## [PROVIDED INFORMATION]
■ ■ ■ ■

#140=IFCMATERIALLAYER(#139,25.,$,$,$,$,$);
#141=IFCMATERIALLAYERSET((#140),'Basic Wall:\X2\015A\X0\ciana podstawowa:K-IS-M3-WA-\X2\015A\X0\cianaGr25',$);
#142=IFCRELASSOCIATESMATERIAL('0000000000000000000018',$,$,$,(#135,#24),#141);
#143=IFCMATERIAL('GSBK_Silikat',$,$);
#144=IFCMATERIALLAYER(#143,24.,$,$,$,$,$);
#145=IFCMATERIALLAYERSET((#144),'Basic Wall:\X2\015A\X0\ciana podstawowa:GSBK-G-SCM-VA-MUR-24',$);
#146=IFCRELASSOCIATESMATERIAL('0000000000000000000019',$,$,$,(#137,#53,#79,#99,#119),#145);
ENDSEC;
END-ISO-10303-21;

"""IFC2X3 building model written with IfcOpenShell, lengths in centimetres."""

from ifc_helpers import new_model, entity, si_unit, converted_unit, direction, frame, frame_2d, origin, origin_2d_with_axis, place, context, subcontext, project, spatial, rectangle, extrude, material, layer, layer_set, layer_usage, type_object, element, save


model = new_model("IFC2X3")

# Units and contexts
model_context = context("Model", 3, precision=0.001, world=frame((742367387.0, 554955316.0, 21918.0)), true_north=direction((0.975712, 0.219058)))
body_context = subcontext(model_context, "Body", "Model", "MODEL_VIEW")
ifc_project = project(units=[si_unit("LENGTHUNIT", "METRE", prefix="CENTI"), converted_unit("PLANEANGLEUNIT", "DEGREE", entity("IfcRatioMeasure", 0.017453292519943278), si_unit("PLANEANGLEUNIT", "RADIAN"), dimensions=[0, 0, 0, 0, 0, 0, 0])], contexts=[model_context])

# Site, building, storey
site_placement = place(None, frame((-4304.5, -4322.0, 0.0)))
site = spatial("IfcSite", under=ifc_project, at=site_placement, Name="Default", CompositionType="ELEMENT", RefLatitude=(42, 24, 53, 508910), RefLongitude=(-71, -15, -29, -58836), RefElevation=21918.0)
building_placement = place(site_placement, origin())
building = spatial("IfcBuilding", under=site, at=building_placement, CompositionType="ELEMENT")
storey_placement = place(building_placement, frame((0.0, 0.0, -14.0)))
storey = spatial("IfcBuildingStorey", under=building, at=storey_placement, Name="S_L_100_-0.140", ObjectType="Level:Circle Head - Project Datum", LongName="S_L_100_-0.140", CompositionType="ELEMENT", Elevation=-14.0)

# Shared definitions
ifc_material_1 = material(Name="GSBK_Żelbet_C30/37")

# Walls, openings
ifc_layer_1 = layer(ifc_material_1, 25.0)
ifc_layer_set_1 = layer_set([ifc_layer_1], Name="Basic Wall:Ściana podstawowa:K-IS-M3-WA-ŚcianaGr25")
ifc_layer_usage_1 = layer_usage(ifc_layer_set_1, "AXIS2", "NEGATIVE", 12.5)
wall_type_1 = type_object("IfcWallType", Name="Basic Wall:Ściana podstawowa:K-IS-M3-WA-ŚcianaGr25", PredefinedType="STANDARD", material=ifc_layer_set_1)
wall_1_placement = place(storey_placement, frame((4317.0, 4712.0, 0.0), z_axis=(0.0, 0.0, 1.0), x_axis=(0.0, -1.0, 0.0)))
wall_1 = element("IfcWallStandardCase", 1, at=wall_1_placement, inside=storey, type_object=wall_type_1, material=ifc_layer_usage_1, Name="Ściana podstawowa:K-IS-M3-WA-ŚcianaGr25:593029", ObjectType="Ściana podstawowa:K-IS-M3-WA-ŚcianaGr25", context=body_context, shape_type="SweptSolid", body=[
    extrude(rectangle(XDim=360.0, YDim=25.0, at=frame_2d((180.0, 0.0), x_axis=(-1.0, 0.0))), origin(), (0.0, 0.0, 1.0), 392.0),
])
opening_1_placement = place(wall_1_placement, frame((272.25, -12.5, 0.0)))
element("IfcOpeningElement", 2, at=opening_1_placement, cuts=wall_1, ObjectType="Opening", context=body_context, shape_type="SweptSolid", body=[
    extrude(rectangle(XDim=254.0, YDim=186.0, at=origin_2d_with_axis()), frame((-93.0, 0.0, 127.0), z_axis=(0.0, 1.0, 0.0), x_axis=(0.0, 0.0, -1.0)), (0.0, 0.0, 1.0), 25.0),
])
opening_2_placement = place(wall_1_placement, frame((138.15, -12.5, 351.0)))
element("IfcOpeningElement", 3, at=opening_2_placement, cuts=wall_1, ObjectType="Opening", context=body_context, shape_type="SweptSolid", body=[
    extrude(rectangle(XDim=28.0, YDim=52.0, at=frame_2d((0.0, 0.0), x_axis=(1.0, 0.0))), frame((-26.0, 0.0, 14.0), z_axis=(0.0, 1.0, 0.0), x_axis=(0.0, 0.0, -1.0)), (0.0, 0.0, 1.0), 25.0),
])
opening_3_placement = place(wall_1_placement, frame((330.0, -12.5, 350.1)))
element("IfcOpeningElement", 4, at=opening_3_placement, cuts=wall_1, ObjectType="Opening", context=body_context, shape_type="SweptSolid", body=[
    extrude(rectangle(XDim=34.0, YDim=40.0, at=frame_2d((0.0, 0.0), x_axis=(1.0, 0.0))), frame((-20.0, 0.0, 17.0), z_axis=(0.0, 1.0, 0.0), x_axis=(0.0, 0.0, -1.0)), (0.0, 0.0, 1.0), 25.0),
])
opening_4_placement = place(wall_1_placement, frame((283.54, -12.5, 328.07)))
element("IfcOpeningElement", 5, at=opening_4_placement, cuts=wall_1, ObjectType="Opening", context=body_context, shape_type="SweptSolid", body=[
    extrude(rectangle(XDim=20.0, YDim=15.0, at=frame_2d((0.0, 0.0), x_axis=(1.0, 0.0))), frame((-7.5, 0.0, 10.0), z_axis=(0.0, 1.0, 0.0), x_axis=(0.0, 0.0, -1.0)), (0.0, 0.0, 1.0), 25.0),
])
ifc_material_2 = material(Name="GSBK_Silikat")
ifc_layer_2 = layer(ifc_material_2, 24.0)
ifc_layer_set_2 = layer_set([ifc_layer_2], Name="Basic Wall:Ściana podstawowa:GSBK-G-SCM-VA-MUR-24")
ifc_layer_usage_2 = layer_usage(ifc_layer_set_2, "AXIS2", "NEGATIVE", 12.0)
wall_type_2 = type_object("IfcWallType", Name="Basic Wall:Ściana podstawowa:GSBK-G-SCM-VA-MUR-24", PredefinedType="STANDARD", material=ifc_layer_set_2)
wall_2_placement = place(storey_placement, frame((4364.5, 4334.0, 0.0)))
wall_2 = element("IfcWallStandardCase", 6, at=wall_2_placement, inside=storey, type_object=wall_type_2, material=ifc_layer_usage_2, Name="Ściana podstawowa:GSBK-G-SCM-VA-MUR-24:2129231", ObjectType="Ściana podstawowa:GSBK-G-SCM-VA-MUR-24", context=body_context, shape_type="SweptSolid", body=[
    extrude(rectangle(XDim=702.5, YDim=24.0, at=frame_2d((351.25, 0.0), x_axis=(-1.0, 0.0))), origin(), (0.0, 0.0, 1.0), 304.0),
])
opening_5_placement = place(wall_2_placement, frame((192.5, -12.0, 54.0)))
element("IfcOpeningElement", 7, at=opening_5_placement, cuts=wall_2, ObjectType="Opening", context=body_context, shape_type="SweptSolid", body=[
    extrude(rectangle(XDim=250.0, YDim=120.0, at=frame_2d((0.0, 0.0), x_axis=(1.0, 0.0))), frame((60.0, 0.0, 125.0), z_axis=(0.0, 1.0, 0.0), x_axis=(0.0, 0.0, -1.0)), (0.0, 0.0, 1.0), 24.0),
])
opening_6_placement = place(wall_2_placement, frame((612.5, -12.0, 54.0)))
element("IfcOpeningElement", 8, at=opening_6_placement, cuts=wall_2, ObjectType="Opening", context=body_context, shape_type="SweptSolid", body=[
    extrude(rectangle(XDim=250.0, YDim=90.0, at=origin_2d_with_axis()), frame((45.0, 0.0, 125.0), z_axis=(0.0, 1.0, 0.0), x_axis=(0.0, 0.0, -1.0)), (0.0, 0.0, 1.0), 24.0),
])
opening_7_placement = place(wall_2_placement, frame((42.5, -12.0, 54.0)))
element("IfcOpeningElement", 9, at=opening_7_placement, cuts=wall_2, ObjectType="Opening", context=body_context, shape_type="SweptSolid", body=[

■ ■ ■ ■

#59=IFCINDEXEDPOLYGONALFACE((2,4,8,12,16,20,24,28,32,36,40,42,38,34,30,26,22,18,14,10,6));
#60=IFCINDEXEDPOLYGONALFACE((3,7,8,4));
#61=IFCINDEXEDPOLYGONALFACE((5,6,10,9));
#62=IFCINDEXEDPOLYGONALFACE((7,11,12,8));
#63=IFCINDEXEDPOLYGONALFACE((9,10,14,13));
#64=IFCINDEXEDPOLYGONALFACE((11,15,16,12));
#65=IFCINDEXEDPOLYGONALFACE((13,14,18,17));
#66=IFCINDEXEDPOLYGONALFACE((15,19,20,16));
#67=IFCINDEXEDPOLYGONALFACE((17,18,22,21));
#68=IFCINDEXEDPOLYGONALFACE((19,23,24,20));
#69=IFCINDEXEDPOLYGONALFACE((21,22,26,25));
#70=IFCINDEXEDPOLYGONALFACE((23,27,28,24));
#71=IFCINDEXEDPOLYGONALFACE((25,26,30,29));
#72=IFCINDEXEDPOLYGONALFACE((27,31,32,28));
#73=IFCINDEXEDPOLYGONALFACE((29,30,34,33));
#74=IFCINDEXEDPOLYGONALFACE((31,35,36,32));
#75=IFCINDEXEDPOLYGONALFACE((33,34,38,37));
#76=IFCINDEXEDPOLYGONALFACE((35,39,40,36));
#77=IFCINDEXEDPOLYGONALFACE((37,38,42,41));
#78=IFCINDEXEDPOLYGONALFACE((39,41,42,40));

■ ■ ■ ■

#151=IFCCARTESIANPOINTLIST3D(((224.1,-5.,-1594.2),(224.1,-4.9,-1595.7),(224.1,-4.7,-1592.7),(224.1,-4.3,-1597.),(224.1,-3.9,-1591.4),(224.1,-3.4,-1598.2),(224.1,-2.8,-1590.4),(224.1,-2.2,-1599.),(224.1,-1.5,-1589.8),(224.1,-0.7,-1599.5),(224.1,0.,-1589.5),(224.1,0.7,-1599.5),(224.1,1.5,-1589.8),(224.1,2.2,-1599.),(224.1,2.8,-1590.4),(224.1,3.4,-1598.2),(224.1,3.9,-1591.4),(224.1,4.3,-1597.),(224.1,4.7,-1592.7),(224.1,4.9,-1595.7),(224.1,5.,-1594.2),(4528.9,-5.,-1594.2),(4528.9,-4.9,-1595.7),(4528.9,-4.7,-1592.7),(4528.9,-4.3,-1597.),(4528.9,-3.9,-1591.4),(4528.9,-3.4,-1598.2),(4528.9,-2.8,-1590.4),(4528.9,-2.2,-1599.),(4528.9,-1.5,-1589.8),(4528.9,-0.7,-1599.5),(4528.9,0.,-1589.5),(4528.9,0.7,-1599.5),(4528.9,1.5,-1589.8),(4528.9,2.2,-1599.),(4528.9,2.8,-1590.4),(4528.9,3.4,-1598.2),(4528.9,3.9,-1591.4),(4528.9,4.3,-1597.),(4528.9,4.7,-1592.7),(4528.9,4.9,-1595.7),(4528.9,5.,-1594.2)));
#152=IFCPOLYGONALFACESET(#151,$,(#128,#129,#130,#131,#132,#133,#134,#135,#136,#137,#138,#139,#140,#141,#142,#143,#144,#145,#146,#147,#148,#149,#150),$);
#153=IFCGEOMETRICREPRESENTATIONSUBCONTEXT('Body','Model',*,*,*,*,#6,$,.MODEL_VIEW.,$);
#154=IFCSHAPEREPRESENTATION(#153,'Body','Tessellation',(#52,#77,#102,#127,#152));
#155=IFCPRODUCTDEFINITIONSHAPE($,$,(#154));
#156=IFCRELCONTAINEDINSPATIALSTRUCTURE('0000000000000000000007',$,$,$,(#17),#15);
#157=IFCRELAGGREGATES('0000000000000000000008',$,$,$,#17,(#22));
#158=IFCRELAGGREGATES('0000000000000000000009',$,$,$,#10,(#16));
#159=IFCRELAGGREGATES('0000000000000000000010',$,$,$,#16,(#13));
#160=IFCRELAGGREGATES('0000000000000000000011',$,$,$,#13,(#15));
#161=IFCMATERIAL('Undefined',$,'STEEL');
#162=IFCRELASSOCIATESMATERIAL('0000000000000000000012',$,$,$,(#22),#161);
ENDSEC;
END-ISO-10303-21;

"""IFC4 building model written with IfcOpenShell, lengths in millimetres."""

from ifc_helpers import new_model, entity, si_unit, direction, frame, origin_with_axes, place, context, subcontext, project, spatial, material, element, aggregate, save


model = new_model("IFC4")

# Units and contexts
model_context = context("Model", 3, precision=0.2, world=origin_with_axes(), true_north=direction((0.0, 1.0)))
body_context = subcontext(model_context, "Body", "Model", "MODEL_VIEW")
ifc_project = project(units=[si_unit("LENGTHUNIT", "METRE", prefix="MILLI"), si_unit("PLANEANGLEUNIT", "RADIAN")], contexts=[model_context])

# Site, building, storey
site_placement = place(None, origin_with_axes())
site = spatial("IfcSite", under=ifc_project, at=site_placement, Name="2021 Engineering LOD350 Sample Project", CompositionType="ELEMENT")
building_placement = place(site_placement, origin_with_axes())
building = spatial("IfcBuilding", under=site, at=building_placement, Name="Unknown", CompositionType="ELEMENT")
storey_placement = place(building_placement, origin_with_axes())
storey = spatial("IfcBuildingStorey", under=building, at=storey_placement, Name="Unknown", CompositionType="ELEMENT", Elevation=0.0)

■ ■ ■ ■

## [INSTRUCTIONS TO FOLLOW]
Restate word for word the entries above from the line with "frame((330.0, -12.5, 350.1)))" through the line with "frame((192.5, -12.0, 54.0)))", inclusive, leaving out everything else.

## [ANSWER AREA]
opening_3_placement = place(wall_1_placement, frame((330.0, -12.5, 350.1)))
element("IfcOpeningElement", 4, at=opening_3_placement, cuts=wall_1, ObjectType="Opening", context=body_context, shape_type="SweptSolid", body=[
    extrude(rectangle(XDim=34.0, YDim=40.0, at=frame_2d((0.0, 0.0), x_axis=(1.0, 0.0))), frame((-20.0, 0.0, 17.0), z_axis=(0.0, 1.0, 0.0), x_axis=(0.0, 0.0, -1.0)), (0.0, 0.0, 1.0), 25.0),
])
opening_4_placement = place(wall_1_placement, frame((283.54, -12.5, 328.07)))
element("IfcOpeningElement", 5, at=opening_4_placement, cuts=wall_1, ObjectType="Opening", context=body_context, shape_type="SweptSolid", body=[
    extrude(rectangle(XDim=20.0, YDim=15.0, at=frame_2d((0.0, 0.0), x_axis=(1.0, 0.0))), frame((-7.5, 0.0, 10.0), z_axis=(0.0, 1.0, 0.0), x_axis=(0.0, 0.0, -1.0)), (0.0, 0.0, 1.0), 25.0),
])
ifc_material_2 = material(Name="GSBK_Silikat")
ifc_layer_2 = layer(ifc_material_2, 24.0)
ifc_layer_set_2 = layer_set([ifc_layer_2], Name="Basic Wall:Ściana podstawowa:GSBK-G-SCM-VA-MUR-24")
ifc_layer_usage_2 = layer_usage(ifc_layer_set_2, "AXIS2", "NEGATIVE", 12.0)
wall_type_2 = type_object("IfcWallType", Name="Basic Wall:Ściana podstawowa:GSBK-G-SCM-VA-MUR-24", PredefinedType="STANDARD", material=ifc_layer_set_2)
wall_2_placement = place(storey_placement, frame((4364.5, 4334.0, 0.0)))
wall_2 = element("IfcWallStandardCase", 6, at=wall_2_placement, inside=storey, type_object=wall_type_2, material=ifc_layer_usage_2, Name="Ściana podstawowa:GSBK-G-SCM-VA-MUR-24:2129231", ObjectType="Ściana podstawowa:GSBK-G-SCM-VA-MUR-24", context=body_context, shape_type="SweptSolid", body=[
    extrude(rectangle(XDim=702.5, YDim=24.0, at=frame_2d((351.25, 0.0), x_axis=(-1.0, 0.0))), origin(), (0.0, 0.0, 1.0), 304.0),
])
opening_5_placement = place(wall_2_placement, frame((192.5, -12.0, 54.0)))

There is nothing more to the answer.